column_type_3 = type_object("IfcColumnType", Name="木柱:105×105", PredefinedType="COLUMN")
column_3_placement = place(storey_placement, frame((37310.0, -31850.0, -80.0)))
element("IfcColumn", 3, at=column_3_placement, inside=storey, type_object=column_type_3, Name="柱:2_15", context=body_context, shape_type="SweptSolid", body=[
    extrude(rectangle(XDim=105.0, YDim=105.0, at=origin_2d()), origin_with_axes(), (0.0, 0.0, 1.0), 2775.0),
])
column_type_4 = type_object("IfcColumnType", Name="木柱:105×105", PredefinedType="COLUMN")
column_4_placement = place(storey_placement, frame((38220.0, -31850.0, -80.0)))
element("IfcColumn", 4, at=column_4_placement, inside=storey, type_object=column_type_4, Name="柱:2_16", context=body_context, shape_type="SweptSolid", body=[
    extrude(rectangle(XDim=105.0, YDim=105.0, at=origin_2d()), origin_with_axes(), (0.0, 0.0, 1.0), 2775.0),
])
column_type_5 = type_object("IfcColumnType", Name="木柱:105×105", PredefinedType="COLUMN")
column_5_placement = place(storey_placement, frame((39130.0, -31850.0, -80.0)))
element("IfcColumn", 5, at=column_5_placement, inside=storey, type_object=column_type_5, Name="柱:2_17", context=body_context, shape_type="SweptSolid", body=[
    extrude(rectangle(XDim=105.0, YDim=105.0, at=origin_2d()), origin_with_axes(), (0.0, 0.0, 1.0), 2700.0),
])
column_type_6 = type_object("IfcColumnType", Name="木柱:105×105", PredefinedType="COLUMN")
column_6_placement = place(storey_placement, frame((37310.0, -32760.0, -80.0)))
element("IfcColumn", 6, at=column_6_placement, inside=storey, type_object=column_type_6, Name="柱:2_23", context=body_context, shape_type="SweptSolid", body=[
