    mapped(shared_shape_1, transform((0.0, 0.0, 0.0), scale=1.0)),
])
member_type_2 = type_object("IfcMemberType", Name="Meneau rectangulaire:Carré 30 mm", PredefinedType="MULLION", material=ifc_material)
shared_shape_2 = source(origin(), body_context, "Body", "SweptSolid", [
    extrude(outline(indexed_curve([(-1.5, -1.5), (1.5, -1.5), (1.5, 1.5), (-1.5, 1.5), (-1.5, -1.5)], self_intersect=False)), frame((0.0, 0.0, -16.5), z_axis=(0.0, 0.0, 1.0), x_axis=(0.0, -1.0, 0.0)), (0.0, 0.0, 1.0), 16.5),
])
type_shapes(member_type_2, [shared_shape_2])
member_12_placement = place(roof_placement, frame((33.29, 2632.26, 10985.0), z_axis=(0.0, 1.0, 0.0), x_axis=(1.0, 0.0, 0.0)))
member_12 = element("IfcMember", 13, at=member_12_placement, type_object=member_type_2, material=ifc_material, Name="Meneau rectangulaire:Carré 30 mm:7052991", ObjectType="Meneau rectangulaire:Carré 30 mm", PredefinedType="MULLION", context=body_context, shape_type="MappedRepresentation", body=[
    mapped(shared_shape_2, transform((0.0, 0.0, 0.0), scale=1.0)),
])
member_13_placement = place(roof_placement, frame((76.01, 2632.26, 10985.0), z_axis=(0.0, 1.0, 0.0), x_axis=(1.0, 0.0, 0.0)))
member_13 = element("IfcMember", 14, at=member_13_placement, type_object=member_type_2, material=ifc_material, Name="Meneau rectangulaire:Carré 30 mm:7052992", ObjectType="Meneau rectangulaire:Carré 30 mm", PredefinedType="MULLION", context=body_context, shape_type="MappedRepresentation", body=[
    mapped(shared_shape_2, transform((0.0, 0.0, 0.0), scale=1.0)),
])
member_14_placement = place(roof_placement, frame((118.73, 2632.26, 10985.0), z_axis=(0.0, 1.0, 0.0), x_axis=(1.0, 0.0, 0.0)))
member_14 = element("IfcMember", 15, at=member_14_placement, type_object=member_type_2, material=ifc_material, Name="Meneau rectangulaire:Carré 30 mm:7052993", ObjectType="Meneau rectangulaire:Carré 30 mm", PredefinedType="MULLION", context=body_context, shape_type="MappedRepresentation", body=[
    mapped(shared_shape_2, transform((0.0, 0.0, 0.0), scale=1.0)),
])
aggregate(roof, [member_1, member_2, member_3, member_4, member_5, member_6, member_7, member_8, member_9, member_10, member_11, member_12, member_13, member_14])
____________________
* **Exercise prompt**
In the entries above, find each line with the word "IfcColumnType" and return it.

* **Final answer**
column_type_3 = type_object("IfcColumnType", Name="木柱:105×105", PredefinedType="COLUMN")
column_type_4 = type_object("IfcColumnType", Name="木柱:105×105", PredefinedType="COLUMN")
column_type_5 = type_object("IfcColumnType", Name="木柱:105×105", PredefinedType="COLUMN")
column_type_6 = type_object("IfcColumnType", Name="木柱:105×105", PredefinedType="COLUMN")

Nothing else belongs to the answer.